Saturday, March 5, 2011

Here I Go!

This blog is for me.  A place where I can write down my thoughts and ideas.  I have the family blog, but I think that should mostly just be for family updates.  I have Meagan's blog, for all the funny things that she says.  So this is for me, just for me.  And so here I go!

This morning as I was getting ready to go to the temple, I tried on a skirt that fit me loosely after I had Madilynn, as I started to zip it up......to my horror, it was to tight!  I felt  like crying and crawling into bed.  I have just been so out of control lately.  I am  not kidding, yesterday I ate probably 4 twinkies, 2 cupcakes and had 4 cans of pop!  GROSS!!!!!!  I need serious help!  I need to have some uplifting motivation.  That is why I call my blog Lifting the Soul.  Because I think when we are in tune with the spirit and allow ourselves to feel lifted up by the spirit, we can turn and use that to help ourselves in many ways.  Such as, reading our scriptures more, having more meaningful prayer, exercising so that our bodies are healthy, eating right and much more.  So as I resorted to a skirt of a larger size, I thought of how I needed to do something to lift my soul.  

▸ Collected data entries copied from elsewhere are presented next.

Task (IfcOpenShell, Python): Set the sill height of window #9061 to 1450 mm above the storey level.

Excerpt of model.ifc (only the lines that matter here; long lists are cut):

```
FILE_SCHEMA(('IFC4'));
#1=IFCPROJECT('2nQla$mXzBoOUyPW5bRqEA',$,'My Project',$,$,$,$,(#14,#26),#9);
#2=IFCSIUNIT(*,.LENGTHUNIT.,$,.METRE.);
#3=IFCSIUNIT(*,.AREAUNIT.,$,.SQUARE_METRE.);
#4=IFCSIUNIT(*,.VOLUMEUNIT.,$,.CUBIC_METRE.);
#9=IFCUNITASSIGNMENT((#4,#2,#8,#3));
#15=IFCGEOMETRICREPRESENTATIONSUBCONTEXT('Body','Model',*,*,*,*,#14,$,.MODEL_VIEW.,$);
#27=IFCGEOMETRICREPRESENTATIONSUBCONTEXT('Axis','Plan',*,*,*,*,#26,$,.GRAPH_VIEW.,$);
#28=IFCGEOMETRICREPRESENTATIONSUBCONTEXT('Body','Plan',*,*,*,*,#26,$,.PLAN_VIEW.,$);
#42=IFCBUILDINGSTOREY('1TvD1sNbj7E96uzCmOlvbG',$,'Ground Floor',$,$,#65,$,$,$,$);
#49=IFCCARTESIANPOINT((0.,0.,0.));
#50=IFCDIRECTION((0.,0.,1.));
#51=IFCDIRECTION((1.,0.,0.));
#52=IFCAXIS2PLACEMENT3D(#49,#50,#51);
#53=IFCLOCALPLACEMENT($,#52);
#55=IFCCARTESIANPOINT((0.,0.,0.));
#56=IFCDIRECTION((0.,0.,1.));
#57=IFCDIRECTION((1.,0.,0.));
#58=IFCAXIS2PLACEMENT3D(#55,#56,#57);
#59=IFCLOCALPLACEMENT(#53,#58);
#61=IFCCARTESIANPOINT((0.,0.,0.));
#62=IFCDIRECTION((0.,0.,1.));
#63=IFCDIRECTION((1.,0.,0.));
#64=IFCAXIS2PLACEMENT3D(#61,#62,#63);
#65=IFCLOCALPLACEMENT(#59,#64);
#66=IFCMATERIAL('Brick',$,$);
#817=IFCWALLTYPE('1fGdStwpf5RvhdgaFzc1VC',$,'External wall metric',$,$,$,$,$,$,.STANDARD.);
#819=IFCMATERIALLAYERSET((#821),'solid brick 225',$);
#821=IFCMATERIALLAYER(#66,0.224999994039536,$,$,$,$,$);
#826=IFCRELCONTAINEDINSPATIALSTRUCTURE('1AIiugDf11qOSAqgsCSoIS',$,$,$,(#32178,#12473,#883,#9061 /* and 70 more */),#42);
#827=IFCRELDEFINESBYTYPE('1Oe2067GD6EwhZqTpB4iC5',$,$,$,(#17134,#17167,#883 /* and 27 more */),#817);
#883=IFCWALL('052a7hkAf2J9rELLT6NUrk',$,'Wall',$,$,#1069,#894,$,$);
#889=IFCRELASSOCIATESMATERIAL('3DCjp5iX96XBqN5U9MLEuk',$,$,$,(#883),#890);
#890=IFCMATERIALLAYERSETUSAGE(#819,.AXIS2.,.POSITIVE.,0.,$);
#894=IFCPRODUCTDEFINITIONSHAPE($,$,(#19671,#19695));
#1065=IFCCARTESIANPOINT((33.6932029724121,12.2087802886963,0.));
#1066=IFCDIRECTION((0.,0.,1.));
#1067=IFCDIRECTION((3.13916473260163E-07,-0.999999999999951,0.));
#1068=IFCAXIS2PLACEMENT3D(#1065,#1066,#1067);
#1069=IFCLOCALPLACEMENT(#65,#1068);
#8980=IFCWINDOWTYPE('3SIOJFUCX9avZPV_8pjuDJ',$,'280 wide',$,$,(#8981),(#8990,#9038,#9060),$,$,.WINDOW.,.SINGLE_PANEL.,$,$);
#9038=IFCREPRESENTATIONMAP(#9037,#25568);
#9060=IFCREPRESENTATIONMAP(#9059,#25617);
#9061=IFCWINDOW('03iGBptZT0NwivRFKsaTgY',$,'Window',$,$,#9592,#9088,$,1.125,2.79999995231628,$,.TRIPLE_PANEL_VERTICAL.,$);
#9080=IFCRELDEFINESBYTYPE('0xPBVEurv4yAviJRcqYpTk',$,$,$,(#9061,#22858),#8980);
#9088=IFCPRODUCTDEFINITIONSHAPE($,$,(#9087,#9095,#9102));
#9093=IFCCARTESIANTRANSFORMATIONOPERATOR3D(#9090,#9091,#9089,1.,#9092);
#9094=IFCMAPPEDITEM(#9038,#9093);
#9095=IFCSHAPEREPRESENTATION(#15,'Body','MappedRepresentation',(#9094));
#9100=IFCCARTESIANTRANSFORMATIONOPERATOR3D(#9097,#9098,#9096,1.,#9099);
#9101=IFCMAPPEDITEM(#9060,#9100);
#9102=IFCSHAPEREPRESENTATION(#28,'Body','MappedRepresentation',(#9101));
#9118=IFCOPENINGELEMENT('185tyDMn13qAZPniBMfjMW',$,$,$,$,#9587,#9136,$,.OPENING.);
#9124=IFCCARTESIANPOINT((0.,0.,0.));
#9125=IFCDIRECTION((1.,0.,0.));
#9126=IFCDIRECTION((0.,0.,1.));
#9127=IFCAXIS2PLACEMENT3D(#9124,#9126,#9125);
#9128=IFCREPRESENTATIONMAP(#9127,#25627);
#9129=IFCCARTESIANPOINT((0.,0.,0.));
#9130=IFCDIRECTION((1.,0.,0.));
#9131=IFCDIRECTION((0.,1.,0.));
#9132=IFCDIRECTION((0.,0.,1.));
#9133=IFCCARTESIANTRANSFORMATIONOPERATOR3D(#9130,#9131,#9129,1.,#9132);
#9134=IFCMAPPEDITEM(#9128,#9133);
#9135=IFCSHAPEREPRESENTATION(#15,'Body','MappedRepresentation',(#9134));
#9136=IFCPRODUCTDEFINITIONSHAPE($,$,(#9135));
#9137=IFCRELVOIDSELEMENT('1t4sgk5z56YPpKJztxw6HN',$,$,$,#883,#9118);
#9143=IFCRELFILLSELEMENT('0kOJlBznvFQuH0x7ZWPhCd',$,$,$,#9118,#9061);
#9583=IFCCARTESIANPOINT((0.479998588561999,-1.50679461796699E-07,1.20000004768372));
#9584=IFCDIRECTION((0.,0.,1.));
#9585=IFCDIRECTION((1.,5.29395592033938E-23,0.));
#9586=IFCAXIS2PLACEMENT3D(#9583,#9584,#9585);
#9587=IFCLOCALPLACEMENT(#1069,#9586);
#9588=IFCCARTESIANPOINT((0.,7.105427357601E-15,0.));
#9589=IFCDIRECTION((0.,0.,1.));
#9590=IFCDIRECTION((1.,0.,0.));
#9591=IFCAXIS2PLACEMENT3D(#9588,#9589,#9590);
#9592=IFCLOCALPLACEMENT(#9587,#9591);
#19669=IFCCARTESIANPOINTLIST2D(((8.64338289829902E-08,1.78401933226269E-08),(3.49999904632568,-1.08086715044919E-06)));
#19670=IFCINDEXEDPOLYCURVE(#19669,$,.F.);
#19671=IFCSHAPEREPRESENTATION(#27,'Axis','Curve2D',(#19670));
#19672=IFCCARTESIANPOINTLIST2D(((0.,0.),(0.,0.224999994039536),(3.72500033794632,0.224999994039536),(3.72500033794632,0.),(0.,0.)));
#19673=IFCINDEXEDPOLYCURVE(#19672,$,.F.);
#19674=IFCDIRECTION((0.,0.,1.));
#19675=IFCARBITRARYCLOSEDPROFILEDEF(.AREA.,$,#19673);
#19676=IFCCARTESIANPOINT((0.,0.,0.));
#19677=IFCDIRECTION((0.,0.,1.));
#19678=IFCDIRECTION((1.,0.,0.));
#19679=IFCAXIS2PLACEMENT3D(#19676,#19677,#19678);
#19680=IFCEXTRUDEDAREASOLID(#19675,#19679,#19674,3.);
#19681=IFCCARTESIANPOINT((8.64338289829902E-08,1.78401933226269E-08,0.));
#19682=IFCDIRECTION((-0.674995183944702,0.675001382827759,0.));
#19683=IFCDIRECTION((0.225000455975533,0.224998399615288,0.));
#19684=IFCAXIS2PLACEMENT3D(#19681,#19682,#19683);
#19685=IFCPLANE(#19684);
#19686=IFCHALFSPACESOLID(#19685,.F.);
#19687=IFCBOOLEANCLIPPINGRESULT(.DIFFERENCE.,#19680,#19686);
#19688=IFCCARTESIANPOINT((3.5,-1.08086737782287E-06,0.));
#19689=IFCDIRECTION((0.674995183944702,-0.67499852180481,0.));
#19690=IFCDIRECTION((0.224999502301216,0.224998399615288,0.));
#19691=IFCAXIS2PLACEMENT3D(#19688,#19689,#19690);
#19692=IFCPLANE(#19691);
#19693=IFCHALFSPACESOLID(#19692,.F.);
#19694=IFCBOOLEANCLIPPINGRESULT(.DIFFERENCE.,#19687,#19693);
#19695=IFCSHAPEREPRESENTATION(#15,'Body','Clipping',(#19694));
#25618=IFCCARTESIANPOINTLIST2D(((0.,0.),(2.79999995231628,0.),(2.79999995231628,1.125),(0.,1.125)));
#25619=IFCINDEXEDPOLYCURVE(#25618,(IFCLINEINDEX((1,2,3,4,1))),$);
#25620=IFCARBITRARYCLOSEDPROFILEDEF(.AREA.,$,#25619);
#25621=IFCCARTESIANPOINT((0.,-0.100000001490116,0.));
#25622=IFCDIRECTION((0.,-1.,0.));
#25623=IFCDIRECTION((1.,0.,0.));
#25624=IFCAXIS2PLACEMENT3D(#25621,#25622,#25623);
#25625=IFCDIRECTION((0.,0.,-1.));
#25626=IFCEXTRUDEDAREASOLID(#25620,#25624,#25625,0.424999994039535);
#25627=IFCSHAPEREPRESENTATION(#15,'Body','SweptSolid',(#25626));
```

```python
import numpy as np
import ifcopenshell
import ifcopenshell.api.geometry
import ifcopenshell.geom
import ifcopenshell.util.element
import ifcopenshell.util.placement
import ifcopenshell.util.shape
import ifcopenshell.util.unit

model = ifcopenshell.open("model.ifc")
unit_scale = ifcopenshell.util.unit.calculate_unit_scale(model)

window = model.by_id(9061)
opening = window.FillsVoids[0].RelatingOpeningElement
storey = ifcopenshell.util.element.get_container(window, ifc_class="IfcBuildingStorey")
level = ifcopenshell.util.placement.get_local_placement(storey.ObjectPlacement)[2, 3]

# The opening's origin need not be at the sill, so measure its lowest point.
shape = ifcopenshell.geom.create_shape(ifcopenshell.geom.settings(), opening)
bottom = ifcopenshell.util.shape.get_shape_bottom_elevation(shape, shape.geometry) / unit_scale
dz = level + 1.45 / unit_scale - bottom

shift = np.array([0.0, 0.0, dz])
# The window is placed relative to its opening, so it follows when the opening moves.
matrix = ifcopenshell.util.placement.get_local_placement(opening.ObjectPlacement)
matrix[:3, 3] += shift
ifcopenshell.api.geometry.edit_object_placement(
    model, product=opening, matrix=matrix, is_si=False, should_transform_children=True
)

print(f"moved by {dz * unit_scale:+.3f} m")

model.write("model_updated.ifc")
```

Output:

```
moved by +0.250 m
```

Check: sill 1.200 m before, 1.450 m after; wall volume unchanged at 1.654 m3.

Our Savior suffered for us, he bled and died for us.  He did so much for me that I cannot just sit and be lazy anymore.  I need to be a better daughter of God.  I need to be a better mother and a better wife.  I need to be honest with myself and realize that I can do the things that need to be done.  I need to do better.  And I know that that is what my Savior wants of me, to be better.  To try harder and to be more like him.  I am not perfect, and I know I have a lot of things I need to work on.  But I TRUST that if I live the gospel and do the things that I should do, that I can accomplish so much more.  I have not fallen into the dark and dusty path leading away from salvation, but I have not really been on the straight and narrow either.  

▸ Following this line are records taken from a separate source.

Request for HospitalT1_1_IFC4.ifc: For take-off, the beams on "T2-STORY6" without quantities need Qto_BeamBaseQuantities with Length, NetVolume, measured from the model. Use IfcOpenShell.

First a look at what the model holds.

```python
import ifcopenshell
import ifcopenshell.util.element
import ifcopenshell.util.unit

model = ifcopenshell.open("HospitalT1_1_IFC4.ifc")
print(model.schema)
for unit_type in ("LENGTHUNIT", "AREAUNIT", "VOLUMEUNIT"):
    print(unit_type, ifcopenshell.util.unit.calculate_unit_scale(model, unit_type))
storey = next(s for s in model.by_type("IfcBuildingStorey") if s.Name == "T2-STORY6")
beams = [e for e in ifcopenshell.util.element.get_decomposition(storey) if e.is_a("IfcBeam")]
for e in sorted(beams, key=lambda e: e.id()):
    print(e.id(), e.is_a(), e.Name, list(ifcopenshell.util.element.get_psets(e, qtos_only=True)), sep=" | ")
```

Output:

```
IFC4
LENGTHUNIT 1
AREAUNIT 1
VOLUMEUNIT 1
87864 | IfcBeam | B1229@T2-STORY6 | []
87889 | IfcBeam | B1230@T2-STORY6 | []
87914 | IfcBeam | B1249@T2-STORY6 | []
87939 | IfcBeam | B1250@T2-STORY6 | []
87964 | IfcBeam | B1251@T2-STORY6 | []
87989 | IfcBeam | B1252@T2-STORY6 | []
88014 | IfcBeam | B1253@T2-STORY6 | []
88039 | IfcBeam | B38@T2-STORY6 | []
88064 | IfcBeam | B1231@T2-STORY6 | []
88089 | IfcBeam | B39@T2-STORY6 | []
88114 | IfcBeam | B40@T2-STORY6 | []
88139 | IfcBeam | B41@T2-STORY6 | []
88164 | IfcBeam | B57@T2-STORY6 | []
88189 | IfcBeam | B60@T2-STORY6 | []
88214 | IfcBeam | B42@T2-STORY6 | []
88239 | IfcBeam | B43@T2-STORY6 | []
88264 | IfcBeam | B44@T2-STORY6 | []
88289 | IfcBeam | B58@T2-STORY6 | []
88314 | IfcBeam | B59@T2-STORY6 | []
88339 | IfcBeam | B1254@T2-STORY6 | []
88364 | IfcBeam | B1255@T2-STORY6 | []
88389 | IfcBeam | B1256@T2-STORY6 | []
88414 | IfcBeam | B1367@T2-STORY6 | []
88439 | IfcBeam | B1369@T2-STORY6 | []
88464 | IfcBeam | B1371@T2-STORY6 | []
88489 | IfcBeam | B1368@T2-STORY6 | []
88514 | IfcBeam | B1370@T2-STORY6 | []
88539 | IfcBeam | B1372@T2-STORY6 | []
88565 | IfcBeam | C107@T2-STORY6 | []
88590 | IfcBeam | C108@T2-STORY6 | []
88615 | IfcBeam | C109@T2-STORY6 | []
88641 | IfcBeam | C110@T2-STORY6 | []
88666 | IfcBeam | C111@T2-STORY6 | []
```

```python
import ifcopenshell
import ifcopenshell.api.pset
import ifcopenshell.geom
import ifcopenshell.util.element
import ifcopenshell.util.shape
import ifcopenshell.util.unit

model = ifcopenshell.open("HospitalT1_1_IFC4.ifc")
unit_scale = ifcopenshell.util.unit.calculate_unit_scale(model)
volume_scale = ifcopenshell.util.unit.calculate_unit_scale(model, "VOLUMEUNIT")
settings = ifcopenshell.geom.settings()

storey = next(s for s in model.by_type("IfcBuildingStorey") if s.Name == "T2-STORY6")
beams = [e for e in ifcopenshell.util.element.get_decomposition(storey) if e.is_a("IfcBeam")]

for e in sorted(beams, key=lambda e: e.id()):
    if ifcopenshell.util.element.get_psets(e, qtos_only=True, should_inherit=False):
        continue
    # Geometry comes back in metres, in the element's own axes.
    shape = ifcopenshell.geom.create_shape(settings, e)
    values = {
        "Length": ifcopenshell.util.shape.get_max_xyz(shape.geometry) / unit_scale,
        "NetVolume": ifcopenshell.util.shape.get_volume(shape.geometry) / volume_scale,
    }
    qto = ifcopenshell.api.pset.add_qto(model, product=e, name="Qto_BeamBaseQuantities")
    ifcopenshell.api.pset.edit_qto(model, qto=qto, properties=values)
    print(e.id(), {k: round(v, 3) for k, v in values.items()})

model.write("HospitalT1_1_IFC4_v2.ifc")
```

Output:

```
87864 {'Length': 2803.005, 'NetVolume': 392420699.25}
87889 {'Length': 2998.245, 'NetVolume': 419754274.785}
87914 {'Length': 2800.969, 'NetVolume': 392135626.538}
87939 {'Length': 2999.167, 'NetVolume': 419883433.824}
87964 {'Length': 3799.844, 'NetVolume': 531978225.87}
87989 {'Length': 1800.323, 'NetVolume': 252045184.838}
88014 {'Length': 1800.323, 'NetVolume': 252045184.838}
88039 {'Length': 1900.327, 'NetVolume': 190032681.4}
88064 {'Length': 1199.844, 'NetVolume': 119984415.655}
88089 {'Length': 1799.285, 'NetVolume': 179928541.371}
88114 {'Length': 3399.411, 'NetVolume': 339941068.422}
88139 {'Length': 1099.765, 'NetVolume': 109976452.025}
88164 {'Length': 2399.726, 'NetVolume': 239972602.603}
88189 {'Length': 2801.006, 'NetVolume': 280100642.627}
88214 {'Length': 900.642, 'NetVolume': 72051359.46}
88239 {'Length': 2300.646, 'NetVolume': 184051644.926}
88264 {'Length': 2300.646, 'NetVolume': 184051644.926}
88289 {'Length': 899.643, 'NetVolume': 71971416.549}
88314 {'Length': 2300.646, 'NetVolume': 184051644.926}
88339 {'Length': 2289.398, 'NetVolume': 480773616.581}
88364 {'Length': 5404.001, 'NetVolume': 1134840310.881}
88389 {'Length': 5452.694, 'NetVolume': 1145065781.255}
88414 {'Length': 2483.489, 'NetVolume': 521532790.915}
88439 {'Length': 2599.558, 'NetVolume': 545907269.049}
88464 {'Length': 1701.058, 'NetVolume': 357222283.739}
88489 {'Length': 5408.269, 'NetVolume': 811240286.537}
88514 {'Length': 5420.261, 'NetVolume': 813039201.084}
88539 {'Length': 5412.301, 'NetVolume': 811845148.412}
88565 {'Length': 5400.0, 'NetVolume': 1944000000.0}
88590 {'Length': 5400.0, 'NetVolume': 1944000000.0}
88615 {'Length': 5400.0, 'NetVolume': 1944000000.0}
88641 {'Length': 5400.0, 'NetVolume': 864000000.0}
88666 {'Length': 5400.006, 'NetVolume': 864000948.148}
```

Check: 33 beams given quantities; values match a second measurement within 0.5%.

So this is my goal, be more spiritual, love my family better and more, become physically and mentally healthy, read my scriptures, pray and ponder on them, have more meaningful  prayer, and the list could go on.  I am really going to do this.  I am going to be better.

2 comments:

  1. Laura-
    WOw...we need to talk! PRetty much what you wrote is my life to a "T" and I had this realization last night!! SO maybe we could help eachother..and do the thing we need to together some of the time!?

    ReplyDelete
  2. Janica that would be PERFECT! I need someone to do these things with, because it always helps to have someone to help you.